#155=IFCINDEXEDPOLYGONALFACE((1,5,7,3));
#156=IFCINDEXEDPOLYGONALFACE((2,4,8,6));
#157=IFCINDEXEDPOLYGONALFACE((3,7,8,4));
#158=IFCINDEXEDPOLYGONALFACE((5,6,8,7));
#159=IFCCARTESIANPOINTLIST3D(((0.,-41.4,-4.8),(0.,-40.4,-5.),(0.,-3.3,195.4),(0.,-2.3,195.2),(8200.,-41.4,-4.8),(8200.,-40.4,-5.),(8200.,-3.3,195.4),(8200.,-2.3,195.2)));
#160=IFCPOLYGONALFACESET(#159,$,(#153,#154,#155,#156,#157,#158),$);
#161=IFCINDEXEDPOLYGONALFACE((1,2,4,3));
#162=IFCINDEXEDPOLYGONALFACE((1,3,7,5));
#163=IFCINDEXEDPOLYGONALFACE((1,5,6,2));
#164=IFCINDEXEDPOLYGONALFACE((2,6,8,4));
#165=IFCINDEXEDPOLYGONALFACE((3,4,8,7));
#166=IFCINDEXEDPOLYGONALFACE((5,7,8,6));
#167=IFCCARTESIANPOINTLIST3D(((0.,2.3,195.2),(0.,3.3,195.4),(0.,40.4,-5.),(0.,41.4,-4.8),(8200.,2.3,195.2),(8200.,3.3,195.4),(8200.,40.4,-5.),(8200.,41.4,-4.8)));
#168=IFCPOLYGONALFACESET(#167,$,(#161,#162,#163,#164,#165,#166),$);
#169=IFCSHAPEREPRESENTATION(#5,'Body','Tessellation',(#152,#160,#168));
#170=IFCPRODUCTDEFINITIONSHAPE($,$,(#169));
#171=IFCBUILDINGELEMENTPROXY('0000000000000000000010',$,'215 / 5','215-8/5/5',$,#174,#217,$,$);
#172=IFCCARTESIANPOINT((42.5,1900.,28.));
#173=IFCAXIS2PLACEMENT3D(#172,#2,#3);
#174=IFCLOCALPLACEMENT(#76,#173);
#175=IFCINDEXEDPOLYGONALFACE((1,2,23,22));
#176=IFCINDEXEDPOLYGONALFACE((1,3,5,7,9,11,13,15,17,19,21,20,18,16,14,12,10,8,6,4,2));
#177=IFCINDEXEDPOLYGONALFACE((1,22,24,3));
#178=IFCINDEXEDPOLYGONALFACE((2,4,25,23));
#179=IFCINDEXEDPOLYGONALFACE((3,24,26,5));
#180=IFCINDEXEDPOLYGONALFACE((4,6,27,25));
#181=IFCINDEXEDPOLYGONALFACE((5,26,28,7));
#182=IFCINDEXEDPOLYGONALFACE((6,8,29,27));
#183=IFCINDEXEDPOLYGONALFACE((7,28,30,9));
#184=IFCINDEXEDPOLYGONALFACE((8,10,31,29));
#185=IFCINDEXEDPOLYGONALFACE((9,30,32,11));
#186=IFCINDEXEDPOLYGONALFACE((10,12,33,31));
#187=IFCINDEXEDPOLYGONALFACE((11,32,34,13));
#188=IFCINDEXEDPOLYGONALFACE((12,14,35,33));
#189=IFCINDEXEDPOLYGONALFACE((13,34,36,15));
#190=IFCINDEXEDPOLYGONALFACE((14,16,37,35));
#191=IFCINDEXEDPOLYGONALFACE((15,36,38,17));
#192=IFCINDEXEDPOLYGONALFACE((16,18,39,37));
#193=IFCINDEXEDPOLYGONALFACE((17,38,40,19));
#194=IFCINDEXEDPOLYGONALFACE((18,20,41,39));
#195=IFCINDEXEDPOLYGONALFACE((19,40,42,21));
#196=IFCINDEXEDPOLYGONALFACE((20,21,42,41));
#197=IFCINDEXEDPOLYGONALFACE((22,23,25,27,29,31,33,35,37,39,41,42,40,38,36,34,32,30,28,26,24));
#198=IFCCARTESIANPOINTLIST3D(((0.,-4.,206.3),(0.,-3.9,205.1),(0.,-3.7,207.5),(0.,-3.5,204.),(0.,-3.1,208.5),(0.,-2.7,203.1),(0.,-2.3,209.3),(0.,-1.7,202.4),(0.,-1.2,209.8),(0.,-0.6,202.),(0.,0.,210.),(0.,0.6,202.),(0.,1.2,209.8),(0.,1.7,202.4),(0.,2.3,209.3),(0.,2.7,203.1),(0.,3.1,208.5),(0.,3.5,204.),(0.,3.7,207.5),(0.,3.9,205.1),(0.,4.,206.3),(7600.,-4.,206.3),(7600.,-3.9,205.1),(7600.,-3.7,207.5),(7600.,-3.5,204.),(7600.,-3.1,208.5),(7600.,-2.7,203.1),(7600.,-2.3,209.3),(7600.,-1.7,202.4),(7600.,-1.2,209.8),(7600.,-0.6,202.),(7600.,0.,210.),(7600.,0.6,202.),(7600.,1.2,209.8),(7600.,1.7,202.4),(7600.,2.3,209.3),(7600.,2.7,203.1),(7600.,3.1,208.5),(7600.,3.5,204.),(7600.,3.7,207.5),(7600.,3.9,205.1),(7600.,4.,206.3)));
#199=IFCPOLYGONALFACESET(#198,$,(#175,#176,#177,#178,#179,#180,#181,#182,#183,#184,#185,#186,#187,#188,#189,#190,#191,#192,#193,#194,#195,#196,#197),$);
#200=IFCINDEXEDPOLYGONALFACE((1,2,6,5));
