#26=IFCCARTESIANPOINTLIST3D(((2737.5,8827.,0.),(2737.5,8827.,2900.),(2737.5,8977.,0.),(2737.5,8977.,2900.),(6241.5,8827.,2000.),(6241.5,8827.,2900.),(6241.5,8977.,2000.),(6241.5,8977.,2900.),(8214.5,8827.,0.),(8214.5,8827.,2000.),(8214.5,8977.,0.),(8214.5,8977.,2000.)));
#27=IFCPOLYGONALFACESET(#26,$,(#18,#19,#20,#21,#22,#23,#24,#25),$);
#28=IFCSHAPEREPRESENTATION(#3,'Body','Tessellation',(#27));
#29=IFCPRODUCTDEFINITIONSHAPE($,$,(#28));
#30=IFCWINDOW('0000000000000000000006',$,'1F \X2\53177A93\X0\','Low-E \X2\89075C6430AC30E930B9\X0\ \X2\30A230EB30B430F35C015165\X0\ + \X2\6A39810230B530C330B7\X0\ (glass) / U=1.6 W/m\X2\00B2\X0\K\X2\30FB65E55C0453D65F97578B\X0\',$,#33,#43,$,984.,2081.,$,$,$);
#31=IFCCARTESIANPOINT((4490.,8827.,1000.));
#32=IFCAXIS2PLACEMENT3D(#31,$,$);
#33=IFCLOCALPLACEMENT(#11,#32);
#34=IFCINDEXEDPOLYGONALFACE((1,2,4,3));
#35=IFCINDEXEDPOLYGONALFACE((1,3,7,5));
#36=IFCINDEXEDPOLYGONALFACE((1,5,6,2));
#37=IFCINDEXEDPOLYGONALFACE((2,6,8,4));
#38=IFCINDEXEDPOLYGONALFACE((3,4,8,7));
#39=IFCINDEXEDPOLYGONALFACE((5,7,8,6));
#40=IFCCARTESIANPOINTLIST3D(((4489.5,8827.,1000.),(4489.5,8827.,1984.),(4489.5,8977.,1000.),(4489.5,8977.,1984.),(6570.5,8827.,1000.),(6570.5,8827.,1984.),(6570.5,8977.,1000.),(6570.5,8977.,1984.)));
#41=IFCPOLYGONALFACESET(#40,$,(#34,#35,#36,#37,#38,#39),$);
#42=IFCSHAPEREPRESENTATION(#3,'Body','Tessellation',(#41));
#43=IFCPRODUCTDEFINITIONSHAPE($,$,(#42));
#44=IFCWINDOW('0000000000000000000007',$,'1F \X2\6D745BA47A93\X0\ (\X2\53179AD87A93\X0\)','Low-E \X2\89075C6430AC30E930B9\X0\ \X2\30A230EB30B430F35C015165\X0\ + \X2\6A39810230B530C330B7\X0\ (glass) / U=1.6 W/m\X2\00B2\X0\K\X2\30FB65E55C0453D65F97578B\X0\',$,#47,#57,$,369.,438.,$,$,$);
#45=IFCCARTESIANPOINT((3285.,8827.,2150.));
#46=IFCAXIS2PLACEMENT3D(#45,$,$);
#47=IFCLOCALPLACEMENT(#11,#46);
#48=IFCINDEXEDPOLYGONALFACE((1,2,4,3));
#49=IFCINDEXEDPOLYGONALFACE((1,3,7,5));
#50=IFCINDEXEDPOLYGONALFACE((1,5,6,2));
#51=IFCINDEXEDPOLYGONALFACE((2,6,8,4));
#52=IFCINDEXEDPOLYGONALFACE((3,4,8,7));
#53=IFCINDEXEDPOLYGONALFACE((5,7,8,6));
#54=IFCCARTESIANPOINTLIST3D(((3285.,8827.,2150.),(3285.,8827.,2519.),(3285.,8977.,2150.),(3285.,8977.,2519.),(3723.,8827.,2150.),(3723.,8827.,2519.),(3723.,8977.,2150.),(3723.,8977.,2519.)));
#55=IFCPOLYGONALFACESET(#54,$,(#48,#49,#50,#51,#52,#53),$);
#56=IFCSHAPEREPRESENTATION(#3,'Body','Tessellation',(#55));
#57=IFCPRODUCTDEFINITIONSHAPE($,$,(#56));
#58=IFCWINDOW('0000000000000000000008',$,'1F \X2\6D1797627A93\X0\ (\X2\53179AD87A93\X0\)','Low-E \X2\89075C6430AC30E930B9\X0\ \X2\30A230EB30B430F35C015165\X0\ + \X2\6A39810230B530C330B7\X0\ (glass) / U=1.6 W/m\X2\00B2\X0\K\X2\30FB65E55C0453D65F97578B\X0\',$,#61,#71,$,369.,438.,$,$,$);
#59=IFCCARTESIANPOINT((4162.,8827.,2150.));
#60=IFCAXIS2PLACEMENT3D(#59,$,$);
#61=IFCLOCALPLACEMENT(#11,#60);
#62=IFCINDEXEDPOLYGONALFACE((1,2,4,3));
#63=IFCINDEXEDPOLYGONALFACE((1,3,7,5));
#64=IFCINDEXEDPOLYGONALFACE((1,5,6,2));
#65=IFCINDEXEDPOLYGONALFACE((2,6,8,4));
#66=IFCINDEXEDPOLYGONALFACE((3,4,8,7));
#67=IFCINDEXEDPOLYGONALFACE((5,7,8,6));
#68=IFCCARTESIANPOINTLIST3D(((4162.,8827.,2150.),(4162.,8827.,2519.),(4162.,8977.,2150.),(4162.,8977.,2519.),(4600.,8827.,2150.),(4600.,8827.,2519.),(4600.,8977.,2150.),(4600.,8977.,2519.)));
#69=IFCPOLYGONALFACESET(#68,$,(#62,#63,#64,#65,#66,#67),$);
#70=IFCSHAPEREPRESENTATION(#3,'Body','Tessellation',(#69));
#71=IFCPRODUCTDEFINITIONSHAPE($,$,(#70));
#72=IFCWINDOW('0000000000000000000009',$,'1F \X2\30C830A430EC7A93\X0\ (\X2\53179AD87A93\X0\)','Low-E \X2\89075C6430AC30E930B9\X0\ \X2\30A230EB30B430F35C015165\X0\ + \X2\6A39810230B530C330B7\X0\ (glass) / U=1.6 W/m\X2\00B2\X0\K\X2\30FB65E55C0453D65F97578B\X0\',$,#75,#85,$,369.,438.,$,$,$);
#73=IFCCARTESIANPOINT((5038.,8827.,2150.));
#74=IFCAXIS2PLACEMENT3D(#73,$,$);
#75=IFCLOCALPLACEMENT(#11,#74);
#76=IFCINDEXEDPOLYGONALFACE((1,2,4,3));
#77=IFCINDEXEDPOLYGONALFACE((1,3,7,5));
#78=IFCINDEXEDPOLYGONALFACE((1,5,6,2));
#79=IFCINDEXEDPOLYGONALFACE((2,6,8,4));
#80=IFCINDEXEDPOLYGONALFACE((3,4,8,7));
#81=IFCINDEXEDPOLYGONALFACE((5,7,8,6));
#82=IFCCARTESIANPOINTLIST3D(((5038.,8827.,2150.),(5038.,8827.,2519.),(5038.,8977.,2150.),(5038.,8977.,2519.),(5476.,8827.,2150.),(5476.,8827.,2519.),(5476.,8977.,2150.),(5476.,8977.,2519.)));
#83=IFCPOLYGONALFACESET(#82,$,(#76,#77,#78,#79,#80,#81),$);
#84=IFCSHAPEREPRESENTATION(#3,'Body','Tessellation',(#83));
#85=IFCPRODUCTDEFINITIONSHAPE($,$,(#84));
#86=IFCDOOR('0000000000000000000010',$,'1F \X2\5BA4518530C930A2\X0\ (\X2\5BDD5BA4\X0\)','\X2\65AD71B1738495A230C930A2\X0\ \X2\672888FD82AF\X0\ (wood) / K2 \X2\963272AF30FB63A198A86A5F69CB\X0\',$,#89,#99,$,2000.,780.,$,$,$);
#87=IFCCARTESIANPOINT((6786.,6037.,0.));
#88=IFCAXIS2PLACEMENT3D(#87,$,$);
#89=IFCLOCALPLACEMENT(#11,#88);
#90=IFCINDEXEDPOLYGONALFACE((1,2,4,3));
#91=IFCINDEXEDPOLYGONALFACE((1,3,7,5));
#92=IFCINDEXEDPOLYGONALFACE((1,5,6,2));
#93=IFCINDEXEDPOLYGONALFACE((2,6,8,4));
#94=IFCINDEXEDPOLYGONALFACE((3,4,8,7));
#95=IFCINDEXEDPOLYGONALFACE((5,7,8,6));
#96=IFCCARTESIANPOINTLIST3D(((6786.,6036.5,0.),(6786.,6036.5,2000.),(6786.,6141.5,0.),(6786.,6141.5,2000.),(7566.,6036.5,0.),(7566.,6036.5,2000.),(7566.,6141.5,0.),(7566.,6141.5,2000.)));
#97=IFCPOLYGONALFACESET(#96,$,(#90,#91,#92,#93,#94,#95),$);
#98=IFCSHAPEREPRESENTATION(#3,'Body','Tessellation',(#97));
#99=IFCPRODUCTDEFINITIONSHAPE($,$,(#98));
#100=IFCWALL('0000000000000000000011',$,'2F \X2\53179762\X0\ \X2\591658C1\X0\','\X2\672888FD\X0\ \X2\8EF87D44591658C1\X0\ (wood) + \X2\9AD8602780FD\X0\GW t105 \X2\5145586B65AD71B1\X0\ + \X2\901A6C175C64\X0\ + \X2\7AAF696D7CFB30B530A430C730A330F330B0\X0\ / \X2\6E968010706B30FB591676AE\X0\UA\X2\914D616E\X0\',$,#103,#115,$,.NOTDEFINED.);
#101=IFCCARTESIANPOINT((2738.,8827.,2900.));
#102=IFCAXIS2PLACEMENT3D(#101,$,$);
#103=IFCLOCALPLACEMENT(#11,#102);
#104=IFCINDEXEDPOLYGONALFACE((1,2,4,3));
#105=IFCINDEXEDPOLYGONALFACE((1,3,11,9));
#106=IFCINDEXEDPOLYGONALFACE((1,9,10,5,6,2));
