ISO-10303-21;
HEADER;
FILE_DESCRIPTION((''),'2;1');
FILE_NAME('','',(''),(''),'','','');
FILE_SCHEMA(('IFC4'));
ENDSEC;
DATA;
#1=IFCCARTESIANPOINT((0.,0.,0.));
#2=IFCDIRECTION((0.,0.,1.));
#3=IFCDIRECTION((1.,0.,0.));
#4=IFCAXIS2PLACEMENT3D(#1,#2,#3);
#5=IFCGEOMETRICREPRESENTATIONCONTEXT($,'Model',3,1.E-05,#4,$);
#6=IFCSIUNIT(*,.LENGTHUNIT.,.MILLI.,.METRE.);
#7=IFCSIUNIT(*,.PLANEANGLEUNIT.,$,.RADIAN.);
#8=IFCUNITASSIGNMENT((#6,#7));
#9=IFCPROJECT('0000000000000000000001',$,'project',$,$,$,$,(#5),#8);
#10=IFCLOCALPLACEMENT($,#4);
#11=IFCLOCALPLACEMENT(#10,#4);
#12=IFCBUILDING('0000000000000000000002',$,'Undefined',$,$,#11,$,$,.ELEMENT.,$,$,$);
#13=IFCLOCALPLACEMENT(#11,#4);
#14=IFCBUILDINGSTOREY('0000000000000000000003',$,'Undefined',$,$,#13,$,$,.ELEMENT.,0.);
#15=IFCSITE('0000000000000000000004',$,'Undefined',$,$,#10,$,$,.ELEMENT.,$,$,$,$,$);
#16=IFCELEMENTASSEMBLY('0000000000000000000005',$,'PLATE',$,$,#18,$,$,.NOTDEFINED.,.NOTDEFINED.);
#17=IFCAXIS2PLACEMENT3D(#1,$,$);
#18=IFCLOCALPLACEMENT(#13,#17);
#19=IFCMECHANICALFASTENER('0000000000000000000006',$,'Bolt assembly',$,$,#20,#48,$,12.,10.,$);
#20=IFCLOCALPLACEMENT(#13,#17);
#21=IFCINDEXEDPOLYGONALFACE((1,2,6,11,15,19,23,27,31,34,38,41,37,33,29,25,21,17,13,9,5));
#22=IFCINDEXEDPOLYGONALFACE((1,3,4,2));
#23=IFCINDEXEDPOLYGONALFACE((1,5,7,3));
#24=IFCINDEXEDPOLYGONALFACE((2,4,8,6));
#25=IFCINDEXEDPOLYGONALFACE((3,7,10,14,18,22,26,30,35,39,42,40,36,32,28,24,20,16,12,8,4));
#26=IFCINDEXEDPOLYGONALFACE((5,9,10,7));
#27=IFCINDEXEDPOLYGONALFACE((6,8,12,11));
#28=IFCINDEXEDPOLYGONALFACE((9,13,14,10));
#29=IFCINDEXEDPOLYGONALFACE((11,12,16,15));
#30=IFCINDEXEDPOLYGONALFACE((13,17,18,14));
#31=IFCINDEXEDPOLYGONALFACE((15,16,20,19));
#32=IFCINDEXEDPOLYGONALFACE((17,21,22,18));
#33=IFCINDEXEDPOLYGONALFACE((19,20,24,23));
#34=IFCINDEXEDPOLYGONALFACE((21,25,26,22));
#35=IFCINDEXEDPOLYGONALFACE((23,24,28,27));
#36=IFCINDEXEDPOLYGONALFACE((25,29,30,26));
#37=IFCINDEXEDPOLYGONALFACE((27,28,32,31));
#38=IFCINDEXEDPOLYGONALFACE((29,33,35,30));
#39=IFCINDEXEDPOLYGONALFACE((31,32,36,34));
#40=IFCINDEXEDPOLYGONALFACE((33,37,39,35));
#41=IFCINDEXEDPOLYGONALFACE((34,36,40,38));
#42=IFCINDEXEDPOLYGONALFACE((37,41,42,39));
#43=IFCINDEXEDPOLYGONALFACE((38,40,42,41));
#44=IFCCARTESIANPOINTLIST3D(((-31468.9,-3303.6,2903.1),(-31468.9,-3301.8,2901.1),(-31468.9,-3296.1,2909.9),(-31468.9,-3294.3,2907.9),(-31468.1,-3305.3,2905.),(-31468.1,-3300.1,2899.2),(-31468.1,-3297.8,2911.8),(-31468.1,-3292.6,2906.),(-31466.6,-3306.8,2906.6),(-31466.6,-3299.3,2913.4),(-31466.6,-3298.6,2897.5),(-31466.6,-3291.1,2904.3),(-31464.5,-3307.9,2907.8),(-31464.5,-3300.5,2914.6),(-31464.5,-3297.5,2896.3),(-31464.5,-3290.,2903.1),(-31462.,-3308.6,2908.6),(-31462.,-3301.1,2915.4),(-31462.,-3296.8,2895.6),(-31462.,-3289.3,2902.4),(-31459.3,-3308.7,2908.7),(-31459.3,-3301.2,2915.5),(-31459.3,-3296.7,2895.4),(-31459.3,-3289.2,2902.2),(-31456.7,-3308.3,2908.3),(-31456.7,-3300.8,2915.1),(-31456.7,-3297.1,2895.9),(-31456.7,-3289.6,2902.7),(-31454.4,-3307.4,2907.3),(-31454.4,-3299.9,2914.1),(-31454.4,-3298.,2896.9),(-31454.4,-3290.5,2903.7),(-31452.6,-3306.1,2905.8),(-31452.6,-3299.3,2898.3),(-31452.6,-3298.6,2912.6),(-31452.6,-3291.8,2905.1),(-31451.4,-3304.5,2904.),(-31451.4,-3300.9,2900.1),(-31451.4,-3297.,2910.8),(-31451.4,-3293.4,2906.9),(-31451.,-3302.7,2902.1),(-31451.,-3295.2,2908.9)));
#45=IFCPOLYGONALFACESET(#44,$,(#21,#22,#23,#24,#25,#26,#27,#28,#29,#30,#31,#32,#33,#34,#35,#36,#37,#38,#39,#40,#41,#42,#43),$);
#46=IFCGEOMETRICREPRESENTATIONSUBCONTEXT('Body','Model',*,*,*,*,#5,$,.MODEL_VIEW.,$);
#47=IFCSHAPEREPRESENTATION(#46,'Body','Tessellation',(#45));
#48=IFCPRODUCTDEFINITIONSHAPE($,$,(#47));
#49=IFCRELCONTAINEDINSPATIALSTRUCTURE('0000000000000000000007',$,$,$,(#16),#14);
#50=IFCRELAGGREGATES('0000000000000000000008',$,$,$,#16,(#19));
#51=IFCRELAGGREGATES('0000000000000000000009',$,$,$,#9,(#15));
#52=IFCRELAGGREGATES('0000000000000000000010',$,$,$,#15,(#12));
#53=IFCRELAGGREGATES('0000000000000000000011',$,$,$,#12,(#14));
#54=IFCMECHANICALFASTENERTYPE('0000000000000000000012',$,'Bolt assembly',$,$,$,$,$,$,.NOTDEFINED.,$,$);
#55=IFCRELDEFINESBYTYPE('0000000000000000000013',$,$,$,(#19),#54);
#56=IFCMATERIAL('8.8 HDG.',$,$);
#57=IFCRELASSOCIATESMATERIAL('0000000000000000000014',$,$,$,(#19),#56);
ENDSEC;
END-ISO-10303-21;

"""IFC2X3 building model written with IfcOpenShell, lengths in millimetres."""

from ifc_helpers import new_model, si_unit, frame, origin_with_axes, origin_2d_with_axis, place, context, subcontext, project, spatial, circle, extrude, source, transform, mapped, material, type_object, element, aggregate, save


model = new_model("IFC2X3")

# Units and contexts
model_context = context("Model", 3, precision=1e-05, world=origin_with_axes())
body_context = subcontext(model_context, "Body", "Model", "MODEL_VIEW")
ifc_project = project(units=[si_unit("LENGTHUNIT", "METRE", prefix="MILLI"), si_unit("PLANEANGLEUNIT", "RADIAN")], contexts=[model_context])

# Site, building, storey
site_placement = place(None, origin_with_axes())
site = spatial("IfcSite", under=ifc_project, at=site_placement, Name="Undefined", CompositionType="ELEMENT")
building_placement = place(site_placement, origin_with_axes())
building = spatial("IfcBuilding", under=site, at=building_placement, Name="Undefined", CompositionType="ELEMENT")
storey_placement = place(building_placement, origin_with_axes())
storey = spatial("IfcBuildingStorey", under=building, at=storey_placement, Name="Undefined", CompositionType="ELEMENT", Elevation=0.0)

# Element assembly
assembly_1_placement = place(storey_placement, origin_with_axes())
assembly_1 = element("IfcElementAssembly", 1, at=assembly_1_placement, inside=storey, Name="PLATE", AssemblyPlace="NOTDEFINED", PredefinedType="NOTDEFINED")

# Shared definitions
mechanical_fastener_type = type_object("IfcMechanicalFastenerType", Name="Bolt assembly")

# Mechanical fastener
ifc_material_1 = material(Name="8.8 HDG.")
shared_shape_1 = source(origin_with_axes(), body_context, "Body", "SweptSolid", [
    extrude(circle(Radius=9.0, at=origin_2d_with_axis()), frame((0.0, 0.5, 0.0), z_axis=(0.0, 1.0, 0.0), x_axis=(1.0, 0.0, 0.0)), (0.0, 0.0, 1.0), 10.1),
])
mechanical_fastener_1_placement = place(assembly_1_placement, frame((-31460.0, -3303.1, 2901.7), z_axis=(0.000001, -0.672118, 0.740444), x_axis=(1.0, 0.000001, -0.000001)))
mechanical_fastener_1 = element("IfcMechanicalFastener", 2, at=mechanical_fastener_1_placement, type_object=mechanical_fastener_type, material=ifc_material_1, Name="Bolt assembly", NominalDiameter=12.0, NominalLength=10.0, context=body_context, shape_type="MappedRepresentation", body=[
    mapped(shared_shape_1, transform((0.0, 0.0, 0.0))),
])
aggregate(assembly_1, [mechanical_fastener_1])

save(model, "model.ifc")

◆ Exercise objective
Starting at the line above that contains "#27=IFCINDEXEDPOLYGONALFACE((6,8,12,11));", write out each line exactly until the line that contains "#39=IFCINDEXEDPOLYGONALFACE((31,32,36,34));" has been written, and stop there.

◆ Your solution
#27=IFCINDEXEDPOLYGONALFACE((6,8,12,11));
#28=IFCINDEXEDPOLYGONALFACE((9,13,14,10));
#29=IFCINDEXEDPOLYGONALFACE((11,12,16,15));
#30=IFCINDEXEDPOLYGONALFACE((13,17,18,14));
#31=IFCINDEXEDPOLYGONALFACE((15,16,20,19));
#32=IFCINDEXEDPOLYGONALFACE((17,21,22,18));
#33=IFCINDEXEDPOLYGONALFACE((19,20,24,23));
#34=IFCINDEXEDPOLYGONALFACE((21,25,26,22));
#35=IFCINDEXEDPOLYGONALFACE((23,24,28,27));
#36=IFCINDEXEDPOLYGONALFACE((25,29,30,26));
#37=IFCINDEXEDPOLYGONALFACE((27,28,32,31));
#38=IFCINDEXEDPOLYGONALFACE((29,33,35,30));
#39=IFCINDEXEDPOLYGONALFACE((31,32,36,34));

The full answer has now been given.